# Hedgehog Ornaments



## OMGitsJenn (Sep 14, 2013)

I'm not sure where my boyfriend's mother got this ornament, but it is by far the cutest one on my tree. She wanted Eileen to have her own ornament on our tree this year :lol:


----------



## jazzhands (Nov 22, 2013)

I got one sort of like that at Michael's! They're super cute. Here is Henrik posing next to it


----------



## susiemccormick (Oct 15, 2013)

I got one last night at Pier One for $6


----------



## shetland (Sep 2, 2008)

Macys often has pretty ones too.


----------



## Nancy (Aug 22, 2008)

For those in Canada, The Bay has glass hedgie ornaments. Home Sense has straw ornaments as well as sparkly hedgies in dark brown and white.
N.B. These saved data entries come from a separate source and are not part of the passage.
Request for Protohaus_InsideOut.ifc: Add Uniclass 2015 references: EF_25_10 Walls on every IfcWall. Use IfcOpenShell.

First a look at what the model holds.

```python
import ifcopenshell

model = ifcopenshell.open("Protohaus_InsideOut.ifc")
print(model.schema)
print("classifications:", [c.Name for c in model.by_type("IfcClassification")])
for ifc_class in ("IfcDoor", "IfcRoof", "IfcStair", "IfcWall", "IfcWindow"):
    print(ifc_class, len(model.by_type(ifc_class)))
```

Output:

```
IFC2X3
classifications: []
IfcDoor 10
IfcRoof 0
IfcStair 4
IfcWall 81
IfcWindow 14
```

```python
import ifcopenshell
import ifcopenshell.api.classification

model = ifcopenshell.open("Protohaus_InsideOut.ifc")

# IFC2X3 requires Source and Edition and has no link from the project to the system.
system = model.create_entity("IfcClassification", Source="NBS", Edition="2015", Name="Uniclass 2015")

codes = {
    "IfcWall": ("EF_25_10", "Walls"),
}
for ifc_class, (code, name) in codes.items():
    products = model.by_type(ifc_class)
    ifcopenshell.api.classification.add_reference(
        model, products=products, classification=system, identification=code, name=name
    )
    print(code, len(products))

model.write("Protohaus_InsideOut_updated.ifc")
```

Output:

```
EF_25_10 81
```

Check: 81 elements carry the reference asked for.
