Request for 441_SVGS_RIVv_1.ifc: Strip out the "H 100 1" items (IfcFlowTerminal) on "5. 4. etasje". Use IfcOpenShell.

First a look at what the model holds.

```python
import ifcopenshell
import ifcopenshell.util.element

model = ifcopenshell.open("441_SVGS_RIVv_1.ifc")
print(model.schema)
storey = next(s for s in model.by_type("IfcBuildingStorey") if s.Name == "5. 4. etasje")
terminals = [e for e in ifcopenshell.util.element.get_decomposition(storey) if e.is_a("IfcFlowTerminal")]
seen = {}
for e in terminals:
    element_type = ifcopenshell.util.element.get_type(e)
    name = element_type.Name if element_type not in (None, e) else None
    seen[name] = seen.get(name, 0) + 1
for name, count in sorted(seen.items(), key=str):
    print(count, "x", name)
```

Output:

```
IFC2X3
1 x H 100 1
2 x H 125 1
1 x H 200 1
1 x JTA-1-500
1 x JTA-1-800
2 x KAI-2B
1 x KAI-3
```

```python
import ifcopenshell
import ifcopenshell.api.root
import ifcopenshell.util.element

model = ifcopenshell.open("441_SVGS_RIVv_1.ifc")

storey = next(s for s in model.by_type("IfcBuildingStorey") if s.Name == "5. 4. etasje")
terminals = [e for e in ifcopenshell.util.element.get_decomposition(storey) if e.is_a("IfcFlowTerminal")]
targets = [e for e in terminals if (t := ifcopenshell.util.element.get_type(e)) not in (None, e) and t.Name == "H 100 1"]

for e in targets:
    ifcopenshell.api.root.remove_product(model, product=e)
print(len(targets), "removed")

model.write("441_SVGS_RIVv_1_rev.ifc")
```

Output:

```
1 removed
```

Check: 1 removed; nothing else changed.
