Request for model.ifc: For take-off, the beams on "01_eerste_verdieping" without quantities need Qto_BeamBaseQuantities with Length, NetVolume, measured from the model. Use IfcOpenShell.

First a look at what the model holds.

```python
import ifcopenshell
import ifcopenshell.util.element
import ifcopenshell.util.unit

model = ifcopenshell.open("model.ifc")
print(model.schema)
for unit_type in ("LENGTHUNIT", "AREAUNIT", "VOLUMEUNIT"):
    print(unit_type, ifcopenshell.util.unit.calculate_unit_scale(model, unit_type))
storey = next(s for s in model.by_type("IfcBuildingStorey") if s.Name == "01_eerste_verdieping")
beams = [e for e in ifcopenshell.util.element.get_decomposition(storey) if e.is_a("IfcBeam")]
for e in sorted(beams, key=lambda e: e.id()):
    print(e.id(), e.is_a(), e.Name, list(ifcopenshell.util.element.get_psets(e, qtos_only=True)), sep=" | ")
```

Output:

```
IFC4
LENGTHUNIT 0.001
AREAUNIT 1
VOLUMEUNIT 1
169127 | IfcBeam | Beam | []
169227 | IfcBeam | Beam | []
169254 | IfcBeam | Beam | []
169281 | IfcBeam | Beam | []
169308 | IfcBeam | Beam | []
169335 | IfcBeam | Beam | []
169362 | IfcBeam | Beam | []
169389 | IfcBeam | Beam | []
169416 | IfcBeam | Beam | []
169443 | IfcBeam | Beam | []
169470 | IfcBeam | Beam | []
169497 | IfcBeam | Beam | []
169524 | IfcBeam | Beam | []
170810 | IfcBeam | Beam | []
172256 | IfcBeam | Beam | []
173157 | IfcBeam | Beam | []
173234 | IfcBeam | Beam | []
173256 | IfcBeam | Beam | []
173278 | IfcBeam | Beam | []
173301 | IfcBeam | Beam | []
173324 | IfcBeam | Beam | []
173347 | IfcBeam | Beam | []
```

```python
import ifcopenshell
import ifcopenshell.api.pset
import ifcopenshell.geom
import ifcopenshell.util.element
import ifcopenshell.util.shape
import ifcopenshell.util.unit

model = ifcopenshell.open("model.ifc")
unit_scale = ifcopenshell.util.unit.calculate_unit_scale(model)
volume_scale = ifcopenshell.util.unit.calculate_unit_scale(model, "VOLUMEUNIT")
settings = ifcopenshell.geom.settings()

storey = next(s for s in model.by_type("IfcBuildingStorey") if s.Name == "01_eerste_verdieping")
beams = [e for e in ifcopenshell.util.element.get_decomposition(storey) if e.is_a("IfcBeam")]

for e in sorted(beams, key=lambda e: e.id()):
    if ifcopenshell.util.element.get_psets(e, qtos_only=True, should_inherit=False):
        continue
    # Geometry comes back in metres, in the element's own axes.
    shape = ifcopenshell.geom.create_shape(settings, e)
    values = {
        "Length": ifcopenshell.util.shape.get_max_xyz(shape.geometry) / unit_scale,
        "NetVolume": ifcopenshell.util.shape.get_volume(shape.geometry) / volume_scale,
    }
    qto = ifcopenshell.api.pset.add_qto(model, product=e, name="Qto_BeamBaseQuantities")
    ifcopenshell.api.pset.edit_qto(model, qto=qto, properties=values)
    print(e.id(), {k: round(v, 3) for k, v in values.items()})

model.write("model_updated.ifc")
```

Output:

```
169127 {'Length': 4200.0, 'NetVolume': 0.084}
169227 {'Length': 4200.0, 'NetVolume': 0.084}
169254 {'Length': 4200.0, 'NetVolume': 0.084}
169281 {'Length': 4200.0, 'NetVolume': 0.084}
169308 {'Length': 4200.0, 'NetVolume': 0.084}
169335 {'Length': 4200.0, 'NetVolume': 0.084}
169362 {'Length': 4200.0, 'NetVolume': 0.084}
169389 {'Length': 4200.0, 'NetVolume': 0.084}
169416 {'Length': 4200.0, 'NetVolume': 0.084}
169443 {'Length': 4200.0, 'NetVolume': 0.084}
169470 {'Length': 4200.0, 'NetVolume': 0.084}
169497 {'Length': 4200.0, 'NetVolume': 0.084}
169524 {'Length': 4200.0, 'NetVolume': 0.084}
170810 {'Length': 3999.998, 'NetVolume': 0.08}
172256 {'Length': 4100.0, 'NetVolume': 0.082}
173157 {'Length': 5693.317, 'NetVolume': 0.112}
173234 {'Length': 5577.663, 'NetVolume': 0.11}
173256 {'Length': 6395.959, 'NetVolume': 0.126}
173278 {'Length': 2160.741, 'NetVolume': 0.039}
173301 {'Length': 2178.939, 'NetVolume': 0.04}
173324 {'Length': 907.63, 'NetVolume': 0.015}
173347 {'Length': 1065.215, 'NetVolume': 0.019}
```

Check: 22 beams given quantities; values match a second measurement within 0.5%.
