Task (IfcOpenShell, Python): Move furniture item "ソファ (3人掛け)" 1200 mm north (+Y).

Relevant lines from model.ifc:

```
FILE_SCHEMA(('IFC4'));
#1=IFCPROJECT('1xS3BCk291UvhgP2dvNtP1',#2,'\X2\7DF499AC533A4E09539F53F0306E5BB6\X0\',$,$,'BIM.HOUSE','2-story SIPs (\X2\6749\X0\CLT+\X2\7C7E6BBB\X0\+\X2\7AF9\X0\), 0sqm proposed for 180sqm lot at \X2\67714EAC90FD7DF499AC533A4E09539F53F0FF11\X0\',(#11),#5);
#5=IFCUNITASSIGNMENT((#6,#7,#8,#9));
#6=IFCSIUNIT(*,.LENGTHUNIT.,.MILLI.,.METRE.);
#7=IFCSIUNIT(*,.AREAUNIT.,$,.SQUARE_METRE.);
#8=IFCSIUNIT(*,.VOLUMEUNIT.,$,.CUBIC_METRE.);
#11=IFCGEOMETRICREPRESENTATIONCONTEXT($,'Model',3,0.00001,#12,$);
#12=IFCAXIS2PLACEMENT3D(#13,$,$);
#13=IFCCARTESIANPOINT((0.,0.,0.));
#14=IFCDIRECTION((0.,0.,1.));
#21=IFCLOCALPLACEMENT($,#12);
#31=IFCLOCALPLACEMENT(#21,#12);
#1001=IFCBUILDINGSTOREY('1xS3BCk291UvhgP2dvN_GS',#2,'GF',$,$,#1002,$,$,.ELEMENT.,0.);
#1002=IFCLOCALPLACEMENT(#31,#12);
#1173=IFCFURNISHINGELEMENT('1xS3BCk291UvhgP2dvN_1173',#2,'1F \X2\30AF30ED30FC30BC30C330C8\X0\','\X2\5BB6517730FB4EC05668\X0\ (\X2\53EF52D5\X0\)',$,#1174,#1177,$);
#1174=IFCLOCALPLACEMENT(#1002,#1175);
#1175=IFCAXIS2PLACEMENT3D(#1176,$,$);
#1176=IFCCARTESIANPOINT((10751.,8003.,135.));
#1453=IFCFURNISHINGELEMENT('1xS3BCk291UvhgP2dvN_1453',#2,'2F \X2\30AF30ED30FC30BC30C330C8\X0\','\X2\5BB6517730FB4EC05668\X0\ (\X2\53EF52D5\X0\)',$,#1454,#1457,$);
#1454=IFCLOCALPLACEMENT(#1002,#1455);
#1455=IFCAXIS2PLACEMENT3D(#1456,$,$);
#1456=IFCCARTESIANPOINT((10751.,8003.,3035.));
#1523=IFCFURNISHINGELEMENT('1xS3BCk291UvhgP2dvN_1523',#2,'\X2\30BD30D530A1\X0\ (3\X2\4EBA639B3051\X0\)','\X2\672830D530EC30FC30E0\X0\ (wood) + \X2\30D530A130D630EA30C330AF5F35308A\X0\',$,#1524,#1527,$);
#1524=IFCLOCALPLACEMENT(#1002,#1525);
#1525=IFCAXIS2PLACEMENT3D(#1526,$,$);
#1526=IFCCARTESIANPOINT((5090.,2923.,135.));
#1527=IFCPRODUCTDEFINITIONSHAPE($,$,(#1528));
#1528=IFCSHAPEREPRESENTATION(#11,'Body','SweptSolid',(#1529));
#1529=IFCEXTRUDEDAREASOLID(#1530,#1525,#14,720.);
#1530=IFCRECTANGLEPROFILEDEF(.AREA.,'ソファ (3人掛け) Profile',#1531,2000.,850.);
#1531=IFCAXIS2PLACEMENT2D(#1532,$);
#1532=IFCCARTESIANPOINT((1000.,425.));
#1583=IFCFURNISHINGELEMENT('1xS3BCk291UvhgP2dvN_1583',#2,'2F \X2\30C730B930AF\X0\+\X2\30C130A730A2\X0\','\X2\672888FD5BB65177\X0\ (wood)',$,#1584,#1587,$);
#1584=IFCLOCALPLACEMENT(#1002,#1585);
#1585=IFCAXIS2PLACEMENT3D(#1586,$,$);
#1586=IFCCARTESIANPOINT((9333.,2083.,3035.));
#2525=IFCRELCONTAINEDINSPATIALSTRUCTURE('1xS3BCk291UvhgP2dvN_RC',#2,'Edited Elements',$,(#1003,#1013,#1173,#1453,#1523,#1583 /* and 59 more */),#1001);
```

```python
import ifcopenshell
import ifcopenshell.api.geometry
import ifcopenshell.util.placement
import ifcopenshell.util.unit

model = ifcopenshell.open("model.ifc")
unit_scale = ifcopenshell.util.unit.calculate_unit_scale(model)

item = model.by_guid("1xS3BCk291UvhgP2dvN_1523")
matrix = ifcopenshell.util.placement.get_local_placement(item.ObjectPlacement)
matrix[1, 3] += 1.2 / unit_scale
ifcopenshell.api.geometry.edit_object_placement(model, product=item, matrix=matrix, is_si=False)

print(ifcopenshell.util.placement.get_local_placement(item.ObjectPlacement).round(3) + 0.0)

model.write("model_edited.ifc")
```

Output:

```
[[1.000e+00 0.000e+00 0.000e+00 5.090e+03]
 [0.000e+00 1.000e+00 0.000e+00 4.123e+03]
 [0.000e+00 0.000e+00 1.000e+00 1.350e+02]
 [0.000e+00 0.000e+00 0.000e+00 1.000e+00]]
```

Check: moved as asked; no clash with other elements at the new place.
Canadian Tire once again has a twig ornament as does Pier 1. Each year Fabricland used to have a different type of twig ornaments but this year the one here doesn't but perhaps other locations do. 
:smile:


----------



## sweetergrrrl (May 5, 2009)

>_> <_<; the tag says Pier 1 Imports... My grandparents got me one from Sears though.


----------



## OMGitsJenn (Sep 14, 2013)

I'm aware it says Pier One, but she said that's not where she got it from.


----------